PPS Systematic Sampling

If you specify the METHOD=PPS_SYS option, PROC SURVEYSELECT selects the sample by using systematic random sampling with probability proportional to size. Systematic sampling selects units at a fixed interval throughout the sampling frame (or stratum) after a random start. If you request stratified sampling by specifying a STRATA statement, PROC SURVEYSELECT independently selects systematic samples from the strata. PROC SURVEYSELECT applies systematic selection to sampling units in the order of their appearance in the input data set, or in their sorted order if you specify a CONTROL statement.

When you specify the sample size in the SAMPSIZE= option, PROC SURVEYSELECT computes the systematic selection interval as the ratio of the total size to the sample size ($M/n$, or $M_{h \cdot }/ n_ h$ for stratified sampling). The procedure uses a fractional systematic interval to provide the specified sample size exactly. Depending on the sample size and the values of the size measures, it might be possible for a sampling unit to be selected more than once. The expected number of hits (selections) for unit i in stratum h is computed as $n_ h M_{hi}/M_{h \cdot } = n_ h Z_{hi}$ . For more information, see Cochran (1977, pp. 265–266) and Madow (1949).

Instead of specifying the sample size for systematic sampling, you can directly specify the systematic interval in the INTERVAL= option. When you specify the interval, PROC SURVEYSELECT computes the expected number of hits as the inverse of the interval value.
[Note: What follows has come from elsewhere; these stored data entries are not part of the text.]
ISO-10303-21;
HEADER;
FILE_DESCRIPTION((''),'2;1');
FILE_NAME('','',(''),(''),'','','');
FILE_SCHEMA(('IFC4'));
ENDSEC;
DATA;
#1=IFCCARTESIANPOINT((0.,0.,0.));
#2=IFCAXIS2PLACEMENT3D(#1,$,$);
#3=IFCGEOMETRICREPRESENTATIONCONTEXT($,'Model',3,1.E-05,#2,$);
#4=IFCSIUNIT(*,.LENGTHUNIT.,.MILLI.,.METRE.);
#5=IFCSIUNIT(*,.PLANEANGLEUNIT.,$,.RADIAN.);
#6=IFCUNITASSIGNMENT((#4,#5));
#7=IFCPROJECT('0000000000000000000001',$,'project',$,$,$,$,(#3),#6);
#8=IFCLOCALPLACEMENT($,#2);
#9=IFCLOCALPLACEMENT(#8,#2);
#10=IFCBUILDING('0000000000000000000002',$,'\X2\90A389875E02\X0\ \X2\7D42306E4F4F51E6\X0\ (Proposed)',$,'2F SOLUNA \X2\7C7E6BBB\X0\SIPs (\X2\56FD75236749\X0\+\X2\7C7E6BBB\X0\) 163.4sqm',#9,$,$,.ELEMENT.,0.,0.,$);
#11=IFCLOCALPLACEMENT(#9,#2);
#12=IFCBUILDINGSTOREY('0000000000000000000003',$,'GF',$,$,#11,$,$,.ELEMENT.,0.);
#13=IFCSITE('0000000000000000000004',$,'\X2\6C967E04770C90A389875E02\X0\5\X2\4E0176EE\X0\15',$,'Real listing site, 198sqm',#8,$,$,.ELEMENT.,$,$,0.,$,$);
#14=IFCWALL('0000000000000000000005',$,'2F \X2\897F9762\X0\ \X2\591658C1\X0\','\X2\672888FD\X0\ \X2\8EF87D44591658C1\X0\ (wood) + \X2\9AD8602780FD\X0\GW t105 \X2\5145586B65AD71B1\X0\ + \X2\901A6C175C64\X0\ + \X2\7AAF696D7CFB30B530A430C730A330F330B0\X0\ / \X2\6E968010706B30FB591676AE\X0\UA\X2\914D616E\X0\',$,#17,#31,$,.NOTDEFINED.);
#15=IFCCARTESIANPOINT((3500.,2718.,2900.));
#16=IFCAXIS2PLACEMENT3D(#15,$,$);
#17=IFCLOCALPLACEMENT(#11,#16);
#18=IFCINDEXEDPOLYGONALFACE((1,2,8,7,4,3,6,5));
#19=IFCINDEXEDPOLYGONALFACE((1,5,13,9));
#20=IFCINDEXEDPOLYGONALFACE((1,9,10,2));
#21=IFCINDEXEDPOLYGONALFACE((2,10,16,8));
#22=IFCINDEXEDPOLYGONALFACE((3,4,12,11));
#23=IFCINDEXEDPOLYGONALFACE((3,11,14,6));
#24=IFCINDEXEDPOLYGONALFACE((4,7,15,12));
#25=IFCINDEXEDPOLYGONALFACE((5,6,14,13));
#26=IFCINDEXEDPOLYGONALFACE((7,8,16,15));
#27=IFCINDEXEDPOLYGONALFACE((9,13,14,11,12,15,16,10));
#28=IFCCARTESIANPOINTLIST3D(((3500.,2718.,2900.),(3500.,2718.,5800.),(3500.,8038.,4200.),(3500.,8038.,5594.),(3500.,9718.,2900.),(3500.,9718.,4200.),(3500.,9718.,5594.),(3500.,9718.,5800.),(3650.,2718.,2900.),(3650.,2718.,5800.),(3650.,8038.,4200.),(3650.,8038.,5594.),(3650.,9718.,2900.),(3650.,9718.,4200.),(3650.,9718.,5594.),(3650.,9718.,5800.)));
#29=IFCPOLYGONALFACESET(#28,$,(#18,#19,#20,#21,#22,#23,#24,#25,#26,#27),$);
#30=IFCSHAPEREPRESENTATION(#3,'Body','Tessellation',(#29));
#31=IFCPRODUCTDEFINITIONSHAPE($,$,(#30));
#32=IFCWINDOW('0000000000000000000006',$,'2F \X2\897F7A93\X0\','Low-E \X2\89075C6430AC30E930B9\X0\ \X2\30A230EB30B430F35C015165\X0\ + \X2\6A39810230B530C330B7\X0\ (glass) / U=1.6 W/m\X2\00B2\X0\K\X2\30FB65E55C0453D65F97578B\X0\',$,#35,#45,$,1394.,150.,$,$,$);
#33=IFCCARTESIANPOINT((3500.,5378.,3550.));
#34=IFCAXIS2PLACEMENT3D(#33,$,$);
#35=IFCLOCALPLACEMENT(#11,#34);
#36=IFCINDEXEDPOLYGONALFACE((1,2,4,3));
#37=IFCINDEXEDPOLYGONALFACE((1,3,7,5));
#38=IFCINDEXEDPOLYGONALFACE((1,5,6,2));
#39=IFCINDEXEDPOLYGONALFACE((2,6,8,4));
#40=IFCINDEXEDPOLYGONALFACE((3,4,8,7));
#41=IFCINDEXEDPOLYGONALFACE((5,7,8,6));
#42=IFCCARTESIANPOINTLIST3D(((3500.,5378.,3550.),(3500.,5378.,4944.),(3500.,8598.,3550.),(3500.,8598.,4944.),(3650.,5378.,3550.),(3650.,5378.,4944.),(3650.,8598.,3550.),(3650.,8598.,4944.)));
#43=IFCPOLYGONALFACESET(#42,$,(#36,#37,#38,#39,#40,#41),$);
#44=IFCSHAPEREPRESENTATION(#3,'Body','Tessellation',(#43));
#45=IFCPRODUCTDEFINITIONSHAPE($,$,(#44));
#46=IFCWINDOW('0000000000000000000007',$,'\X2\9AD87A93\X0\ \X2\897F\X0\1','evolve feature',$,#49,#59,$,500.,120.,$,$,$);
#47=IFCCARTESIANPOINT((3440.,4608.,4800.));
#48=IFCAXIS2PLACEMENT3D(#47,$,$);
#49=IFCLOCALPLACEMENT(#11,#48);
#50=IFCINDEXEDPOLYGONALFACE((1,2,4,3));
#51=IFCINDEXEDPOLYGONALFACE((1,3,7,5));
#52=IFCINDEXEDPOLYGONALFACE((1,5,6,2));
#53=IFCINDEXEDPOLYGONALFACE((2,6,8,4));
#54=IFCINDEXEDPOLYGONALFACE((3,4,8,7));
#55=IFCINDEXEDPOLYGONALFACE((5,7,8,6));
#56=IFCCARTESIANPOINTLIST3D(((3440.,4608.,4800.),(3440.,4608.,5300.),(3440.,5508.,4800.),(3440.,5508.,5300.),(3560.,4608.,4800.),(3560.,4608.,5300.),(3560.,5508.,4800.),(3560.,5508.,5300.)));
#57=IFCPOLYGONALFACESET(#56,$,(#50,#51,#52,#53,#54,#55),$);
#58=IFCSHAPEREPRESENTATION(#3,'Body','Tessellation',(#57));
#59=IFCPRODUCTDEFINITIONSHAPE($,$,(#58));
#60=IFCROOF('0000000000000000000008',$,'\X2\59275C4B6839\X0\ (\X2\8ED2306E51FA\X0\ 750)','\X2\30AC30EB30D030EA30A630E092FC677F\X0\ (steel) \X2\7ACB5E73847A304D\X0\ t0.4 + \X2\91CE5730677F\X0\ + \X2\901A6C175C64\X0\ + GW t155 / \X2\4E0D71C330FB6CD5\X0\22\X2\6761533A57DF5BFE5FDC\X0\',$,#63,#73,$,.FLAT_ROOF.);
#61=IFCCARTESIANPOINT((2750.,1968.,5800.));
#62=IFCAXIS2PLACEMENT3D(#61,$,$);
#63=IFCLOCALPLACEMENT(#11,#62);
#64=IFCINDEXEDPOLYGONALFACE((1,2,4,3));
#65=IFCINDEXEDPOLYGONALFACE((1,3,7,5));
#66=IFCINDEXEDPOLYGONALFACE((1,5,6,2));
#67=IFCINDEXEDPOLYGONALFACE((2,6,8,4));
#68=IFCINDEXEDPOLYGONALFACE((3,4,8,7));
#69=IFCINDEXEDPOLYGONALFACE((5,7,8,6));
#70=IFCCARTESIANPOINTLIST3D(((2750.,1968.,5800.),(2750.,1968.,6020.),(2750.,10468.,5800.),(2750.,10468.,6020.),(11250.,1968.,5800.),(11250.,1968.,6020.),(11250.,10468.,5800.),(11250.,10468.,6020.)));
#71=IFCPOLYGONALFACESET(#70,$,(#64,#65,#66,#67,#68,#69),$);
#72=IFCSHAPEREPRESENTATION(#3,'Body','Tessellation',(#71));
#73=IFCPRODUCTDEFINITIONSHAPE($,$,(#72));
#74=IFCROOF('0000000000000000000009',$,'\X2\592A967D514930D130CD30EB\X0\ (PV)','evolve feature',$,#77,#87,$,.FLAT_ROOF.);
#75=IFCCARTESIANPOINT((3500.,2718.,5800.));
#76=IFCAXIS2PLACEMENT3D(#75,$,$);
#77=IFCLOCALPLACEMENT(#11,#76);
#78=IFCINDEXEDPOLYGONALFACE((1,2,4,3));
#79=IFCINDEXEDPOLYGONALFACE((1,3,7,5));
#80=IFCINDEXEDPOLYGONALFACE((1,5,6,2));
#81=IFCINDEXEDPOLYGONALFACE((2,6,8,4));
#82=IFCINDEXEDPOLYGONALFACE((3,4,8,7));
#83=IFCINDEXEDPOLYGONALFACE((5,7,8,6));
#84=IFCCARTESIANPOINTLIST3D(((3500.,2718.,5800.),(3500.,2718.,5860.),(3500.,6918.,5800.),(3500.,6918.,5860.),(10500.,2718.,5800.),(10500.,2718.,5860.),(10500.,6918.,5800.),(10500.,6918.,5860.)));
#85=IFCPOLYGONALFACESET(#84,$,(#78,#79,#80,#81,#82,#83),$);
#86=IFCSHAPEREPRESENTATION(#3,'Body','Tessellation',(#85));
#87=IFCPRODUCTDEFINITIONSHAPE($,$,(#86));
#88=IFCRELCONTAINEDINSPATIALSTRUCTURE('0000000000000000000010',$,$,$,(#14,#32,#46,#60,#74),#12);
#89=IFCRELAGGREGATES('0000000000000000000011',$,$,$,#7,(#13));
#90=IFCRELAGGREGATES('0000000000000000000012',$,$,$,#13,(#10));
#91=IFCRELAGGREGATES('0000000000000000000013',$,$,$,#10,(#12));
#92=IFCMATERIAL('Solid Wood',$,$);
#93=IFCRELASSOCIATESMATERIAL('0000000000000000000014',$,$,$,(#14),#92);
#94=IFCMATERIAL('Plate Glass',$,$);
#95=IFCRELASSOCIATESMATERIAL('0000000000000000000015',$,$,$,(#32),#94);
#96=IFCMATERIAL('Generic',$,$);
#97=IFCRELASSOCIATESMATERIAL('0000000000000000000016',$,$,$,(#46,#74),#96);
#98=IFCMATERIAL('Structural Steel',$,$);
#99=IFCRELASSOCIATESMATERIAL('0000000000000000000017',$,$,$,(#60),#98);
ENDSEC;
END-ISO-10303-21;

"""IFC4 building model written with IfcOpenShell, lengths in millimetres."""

from ifc_helpers import new_model, si_unit, frame, frame_2d, origin, place, context, project, spatial, rectangle, extrude, material, element, fill, save


model = new_model("IFC4")

# Units and contexts
model_context = context("Model", 3, precision=1e-05, world=origin())
ifc_project = project(units=[si_unit("LENGTHUNIT", "METRE", prefix="MILLI"), si_unit("PLANEANGLEUNIT", "RADIAN")], contexts=[model_context])

# Site, building, storey
site_placement = place(None, origin())
site = spatial("IfcSite", under=ifc_project, at=site_placement, Name="沖縄県那覇市5丁目15", ObjectType="Real listing site, 198sqm", CompositionType="ELEMENT", RefElevation=0.0)
building_placement = place(site_placement, origin())
building = spatial("IfcBuilding", under=site, at=building_placement, Name="那覇市 終の住処 (Proposed)", ObjectType="2F SOLUNA 籾殻SIPs (国産杉+籾殻) 163.4sqm", CompositionType="ELEMENT", ElevationOfRefHeight=0.0, ElevationOfTerrain=0.0)
storey_placement = place(building_placement, origin())
storey = spatial("IfcBuildingStorey", under=building, at=storey_placement, Name="GF", CompositionType="ELEMENT", Elevation=0.0)

# Shared definitions
ifc_material_1 = material(Name="Solid Wood")
ifc_material_2 = material(Name="Generic")

# Shared definitions
ifc_material_3 = material(Name="Plate Glass")

# Wall, openings, windows
wall_1_placement = place(storey_placement, frame((3500.0, 2718.0, 2900.0)))
wall_1 = element("IfcWall", 1, at=wall_1_placement, inside=storey, material=ifc_material_1, Name="2F 西面 外壁", Description="木製 軸組外壁 (wood) + 高性能GW t105 充填断熱 + 通気層 + 窯業系サイディング / 準耐火・外皮UA配慮", PredefinedType="NOTDEFINED", context=model_context, shape_type="SweptSolid", body=[
    extrude(rectangle(XDim=150.0, YDim=7000.0, at=frame_2d((75.0, 3500.0))), frame((3500.0, 2718.0, 2900.0)), (0.0, 0.0, 1.0), 2900.0),
])
opening_1_placement = place(storey_placement, frame((3500.0, 5378.0, 3550.0)))
opening_1 = element("IfcOpeningElement", 2, at=opening_1_placement, cuts=wall_1, PredefinedType="NOTDEFINED", context=model_context, shape_type="SweptSolid", body=[
    extrude(rectangle(XDim=150.0, YDim=3220.0, at=frame_2d((75.0, 1610.0))), frame((3500.0, 5378.0, 3550.0)), (0.0, 0.0, 1.0), 1394.0),
])
opening_2_placement = place(storey_placement, frame((3440.0, 4608.0, 4800.0)))
opening_2 = element("IfcOpeningElement", 3, at=opening_2_placement, cuts=wall_1, PredefinedType="NOTDEFINED", context=model_context, shape_type="SweptSolid", body=[
    extrude(rectangle(XDim=120.0, YDim=900.0, at=frame_2d((60.0, 450.0))), frame((3440.0, 4608.0, 4800.0)), (0.0, 0.0, 1.0), 500.0),
])
window_1_placement = place(storey_placement, frame((3500.0, 5378.0, 3550.0)))
window_1 = element("IfcWindow", 4, at=window_1_placement, inside=storey, material=ifc_material_3, Name="2F 西窓", Description="Low-E 複層ガラス アルゴン封入 + 樹脂サッシ (glass) / U=1.6 W/m²K・日射取得型", OverallHeight=1394.0, OverallWidth=150.0, context=model_context, shape_type="SweptSolid", body=[
    extrude(rectangle(XDim=150.0, YDim=3220.0, at=frame_2d((75.0, 1610.0))), frame((3500.0, 5378.0, 3550.0)), (0.0, 0.0, 1.0), 1394.0),
])
fill(opening_1, window_1)
window_2_placement = place(storey_placement, frame((3440.0, 4608.0, 4800.0)))
window_2 = element("IfcWindow", 5, at=window_2_placement, inside=storey, material=ifc_material_2, Name="高窓 西1", Description="evolve feature", OverallHeight=500.0, OverallWidth=120.0, context=model_context, shape_type="SweptSolid", body=[
    extrude(rectangle(XDim=120.0, YDim=900.0, at=frame_2d((60.0, 450.0))), frame((3440.0, 4608.0, 4800.0)), (0.0, 0.0, 1.0), 500.0),
])
fill(opening_2, window_2)

# Roofs
ifc_material_4 = material(Name="Structural Steel")
roof_1_placement = place(storey_placement, frame((2750.0, 1968.0, 5800.0)))
element("IfcRoof", 6, at=roof_1_placement, inside=storey, material=ifc_material_4, Name="大屋根 (軒の出 750)", Description="ガルバリウム鋼板 (steel) 立平葺き t0.4 + 野地板 + 通気層 + GW t155 / 不燃・法22条区域対応", PredefinedType="FLAT_ROOF", context=model_context, shape_type="SweptSolid", body=[
    extrude(rectangle(XDim=8500.0, YDim=8500.0, at=frame_2d((4250.0, 4250.0))), frame((2750.0, 1968.0, 5800.0)), (0.0, 0.0, 1.0), 220.0),
])
roof_2_placement = place(storey_placement, frame((3500.0, 2718.0, 5800.0)))
element("IfcRoof", 7, at=roof_2_placement, inside=storey, material=ifc_material_2, Name="太陽光パネル (PV)", Description="evolve feature", PredefinedType="FLAT_ROOF", context=model_context, shape_type="SweptSolid", body=[
    extrude(rectangle(XDim=7000.0, YDim=4200.0, at=frame_2d((3500.0, 2100.0))), frame((3500.0, 2718.0, 5800.0)), (0.0, 0.0, 1.0), 60.0),
])

save(model, "model.ifc")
By default, PROC SURVEYSELECT randomly determines a starting value in the selection interval. Optionally, you can specify the starting value in the START= option. The random component of systematic sampling is the random selection of a starting value in the systematic interval. If you use the START= option to provide a purposely chosen (nonrandom) starting value, the resulting systematic selection does not provide a random, probability-based sample.

Systematic sampling controls the distribution of the sample by spreading the selections throughout the sampling frame (or stratum) at equal intervals and thus provides implicit stratification. You can specify a CONTROL statement to order the input data set by the CONTROL variables before sample selection. If you also specify a STRATA statement, PROC SURVEYSELECT sorts by the CONTROL variables within strata. If you do not specify a CONTROL statement, PROC SURVEYSELECT applies systematic selection to the observations in the order in which they appear in the input data set.